Prerequisites For this tutorial, you'll need: A local machine with Docker installed. A DigitalOcean API token for creating droplets for cluster. Docker Machine installed on your local computer, which you'll use to create three hosts.

Step 1 — Provisioning the Cluster Nodes

We need to create several Docker hosts for our cluster. As a refresher, the following command provisions a single Dockerized host, where $DOTOKEN is an environment variable that evaluates to your DigitalOcean API token (Add that before creating droplets to your environments):

docker-machine create --driver digitalocean --digitalocean-image ubuntu-16-04-x64 --digitalocean-access-token $DOTOKEN machine-name

Imagine having to do that to set up a cluster made up of at least three nodes, provisioning one host at a time. We can automate the process of provisioning any number of Docker hosts using this command, combined with some simple Bash scripting. Execute this command on your local machine to create three Docker hosts, named node-1, node-2, and node-3:

$ for i in 1 2 3; do docker-machine create --driver digitalocean \
$ --digitalocean-image ubuntu-16-04-x64 --digitalocean-region ams3 \
$ --digitalocean-access-token $DOTOKEN node-$i; done

Key --digitalocean-region optional and default = nyc3 Key --digitalocean-size optional and default = s-1vcpu-1gb For correct work zeppelin one of the node must have 2gb ram (--digitalocean-size s-1vcpu-2gb) After the command has completed successfully, you can verify that all the machines have been created by visiting your DigitalOcean dashboard, or by typing the following command:

docker-machine ls

The output should be similar to the following, and it should serve as a quick reference for looking up the IP address of the nodes:

Output
NAME     ACTIVE   DRIVER         STATE     URL                          SWARM   DOCKER    ERRORS
node-1   -        digitalocean   Running   tcp://111.111.111.111:2376             v1.12.2   
node-2   -        digitalocean   Running   tcp://111.111.111.112:2376           v1.12.2   
node-3   -        digitalocean   Running   tcp://111.111.222.222:2376         v1.12.2

At this point, all three Dockerized hosts have been created, and you have each host's IP address. They are also all running Docker 1.12.x, but are not yet part of a Docker cluster. In the next steps, we'll configure the firewall rules that will make the nodes to function as members of a cluster, pick one of the nodes and make it the Docker Swarm manager, and configure the rest as Docker Swarm workers.

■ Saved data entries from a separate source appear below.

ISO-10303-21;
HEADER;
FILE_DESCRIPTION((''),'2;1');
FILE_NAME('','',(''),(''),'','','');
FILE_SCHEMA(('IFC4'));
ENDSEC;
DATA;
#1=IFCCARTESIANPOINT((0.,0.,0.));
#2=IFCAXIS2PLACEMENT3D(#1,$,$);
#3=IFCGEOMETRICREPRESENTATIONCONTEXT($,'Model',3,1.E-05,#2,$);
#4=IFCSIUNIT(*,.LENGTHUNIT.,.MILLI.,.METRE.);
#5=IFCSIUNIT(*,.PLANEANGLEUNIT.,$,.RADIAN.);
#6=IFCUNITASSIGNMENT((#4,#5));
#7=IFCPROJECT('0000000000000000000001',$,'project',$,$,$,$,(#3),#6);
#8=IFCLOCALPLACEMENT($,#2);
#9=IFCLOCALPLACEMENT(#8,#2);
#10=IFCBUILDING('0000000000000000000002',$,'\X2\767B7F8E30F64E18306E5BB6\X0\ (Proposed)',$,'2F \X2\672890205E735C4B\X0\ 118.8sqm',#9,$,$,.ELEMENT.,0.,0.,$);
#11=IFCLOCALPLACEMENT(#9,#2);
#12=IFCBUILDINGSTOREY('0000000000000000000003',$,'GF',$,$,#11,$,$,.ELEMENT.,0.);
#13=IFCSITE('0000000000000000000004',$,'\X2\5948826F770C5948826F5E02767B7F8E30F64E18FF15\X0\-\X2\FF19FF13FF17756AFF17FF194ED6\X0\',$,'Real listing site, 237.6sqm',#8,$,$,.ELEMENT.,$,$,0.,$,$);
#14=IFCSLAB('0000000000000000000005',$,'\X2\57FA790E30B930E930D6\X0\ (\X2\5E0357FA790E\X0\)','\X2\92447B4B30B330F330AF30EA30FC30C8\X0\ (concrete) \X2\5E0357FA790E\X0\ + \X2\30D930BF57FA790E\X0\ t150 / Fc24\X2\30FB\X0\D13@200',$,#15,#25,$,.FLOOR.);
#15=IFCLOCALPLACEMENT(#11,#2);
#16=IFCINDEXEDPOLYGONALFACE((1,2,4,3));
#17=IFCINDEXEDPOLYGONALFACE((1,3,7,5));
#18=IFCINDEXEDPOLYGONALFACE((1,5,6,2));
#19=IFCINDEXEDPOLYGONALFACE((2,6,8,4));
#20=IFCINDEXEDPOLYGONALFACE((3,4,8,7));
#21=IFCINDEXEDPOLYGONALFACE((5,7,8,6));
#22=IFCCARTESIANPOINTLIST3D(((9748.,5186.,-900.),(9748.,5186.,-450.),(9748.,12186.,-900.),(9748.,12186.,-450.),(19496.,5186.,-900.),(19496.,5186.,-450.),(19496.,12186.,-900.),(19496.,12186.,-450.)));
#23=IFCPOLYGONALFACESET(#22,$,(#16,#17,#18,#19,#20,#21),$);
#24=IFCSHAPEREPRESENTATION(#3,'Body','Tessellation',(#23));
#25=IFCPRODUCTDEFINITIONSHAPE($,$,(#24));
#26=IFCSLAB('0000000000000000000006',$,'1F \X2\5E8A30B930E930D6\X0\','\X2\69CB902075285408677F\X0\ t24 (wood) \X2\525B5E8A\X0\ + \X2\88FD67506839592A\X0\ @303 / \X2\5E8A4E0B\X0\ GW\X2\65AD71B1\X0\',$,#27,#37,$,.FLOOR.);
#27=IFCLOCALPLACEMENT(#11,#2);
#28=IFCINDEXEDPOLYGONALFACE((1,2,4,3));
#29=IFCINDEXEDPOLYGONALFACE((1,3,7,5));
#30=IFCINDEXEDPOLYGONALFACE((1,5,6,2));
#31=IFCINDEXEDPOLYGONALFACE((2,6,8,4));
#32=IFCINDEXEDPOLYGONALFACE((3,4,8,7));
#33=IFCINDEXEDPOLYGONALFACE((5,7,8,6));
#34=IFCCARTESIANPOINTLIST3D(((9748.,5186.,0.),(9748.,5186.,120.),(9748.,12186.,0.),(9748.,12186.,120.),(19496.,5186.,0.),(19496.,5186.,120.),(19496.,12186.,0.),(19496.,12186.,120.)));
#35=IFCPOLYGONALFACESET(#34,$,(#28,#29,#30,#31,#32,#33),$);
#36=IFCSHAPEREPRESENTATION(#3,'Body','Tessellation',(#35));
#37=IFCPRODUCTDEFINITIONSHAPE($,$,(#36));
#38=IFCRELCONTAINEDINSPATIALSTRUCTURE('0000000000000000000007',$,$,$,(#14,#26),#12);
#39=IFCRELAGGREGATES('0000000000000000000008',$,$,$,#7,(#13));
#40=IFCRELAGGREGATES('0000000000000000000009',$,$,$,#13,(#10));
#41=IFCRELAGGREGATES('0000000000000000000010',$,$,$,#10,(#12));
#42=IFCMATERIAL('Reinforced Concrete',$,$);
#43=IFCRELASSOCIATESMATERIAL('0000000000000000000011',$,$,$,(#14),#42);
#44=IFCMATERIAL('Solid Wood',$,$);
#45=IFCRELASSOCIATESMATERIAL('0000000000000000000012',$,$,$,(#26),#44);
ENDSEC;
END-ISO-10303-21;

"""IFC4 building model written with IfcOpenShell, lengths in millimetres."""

from ifc_helpers import new_model, si_unit, frame, frame_2d, origin, place, context, project, spatial, rectangle, extrude, material, element, save


model = new_model("IFC4")

# Units and contexts
model_context = context("Model", 3, precision=1e-05, world=origin())
ifc_project = project(units=[si_unit("LENGTHUNIT", "METRE", prefix="MILLI"), si_unit("PLANEANGLEUNIT", "RADIAN")], contexts=[model_context])

# Site, building, storey
site_placement = place(None, origin())
site = spatial("IfcSite", under=ifc_project, at=site_placement, Name="奈良県奈良市登美ヶ丘５-９３７番７９他", ObjectType="Real listing site, 237.6sqm", CompositionType="ELEMENT", RefElevation=0.0)
building_placement = place(site_placement, origin())
building = spatial("IfcBuilding", under=site, at=building_placement, Name="登美ヶ丘の家 (Proposed)", ObjectType="2F 木造平屋 118.8sqm", CompositionType="ELEMENT", ElevationOfRefHeight=0.0, ElevationOfTerrain=0.0)
storey_placement = place(building_placement, origin())
storey = spatial("IfcBuildingStorey", under=building, at=storey_placement, Name="GF", CompositionType="ELEMENT", Elevation=0.0)

# Slabs
ifc_material_1 = material(Name="Reinforced Concrete")
slab_1_placement = place(storey_placement, frame((4874.0, 2593.0, -450.0)))
element("IfcSlab", 1, at=slab_1_placement, inside=storey, material=ifc_material_1, Name="基礎スラブ (布基礎)", Description="鉄筋コンクリート (concrete) 布基礎 + ベタ基礎 t150 / Fc24・D13@200", PredefinedType="FLOOR", context=model_context, shape_type="SweptSolid", body=[
    extrude(rectangle(XDim=9748.0, YDim=7000.0, at=frame_2d((4874.0, 3500.0))), frame((4874.0, 2593.0, -450.0)), (0.0, 0.0, 1.0), 450.0),
])
ifc_material_2 = material(Name="Solid Wood")
slab_2_placement = place(storey_placement, frame((4874.0, 2593.0, 0.0)))
element("IfcSlab", 2, at=slab_2_placement, inside=storey, material=ifc_material_2, Name="1F 床スラブ", Description="構造用合板 t24 (wood) 剛床 + 製材根太 @303 / 床下 GW断熱", PredefinedType="FLOOR", context=model_context, shape_type="SweptSolid", body=[
    extrude(rectangle(XDim=9748.0, YDim=7000.0, at=frame_2d((4874.0, 3500.0))), frame((4874.0, 2593.0, 0.0)), (0.0, 0.0, 1.0), 120.0),
])

save(model, "model.ifc")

Step 2 — Configuring Firewall Rules to Allow Docker Swarm Traffic

A cluster has to have at least one node that serves as a manager, though for a production setup, three managers are recommended. For this setup, let's pick the first node and make it the Swarm manager. The other two nodes will be the worker nodes. Certain network ports must be opened on the nodes that will be be part of a cluster for the cluster to function properly. TCP port 2376 for secure Docker client communication. This port is required for Docker Machine to work. Docker Machine is used to orchestrate Docker hosts. TCP port 2377. This port is used for communication between the nodes of a Docker Swarm or cluster. It only needs to be opened on manager nodes. TCP and UDP port 7946 for communication among nodes (container network discovery). UDP port 4789 for overlay network traffic (container ingress networking).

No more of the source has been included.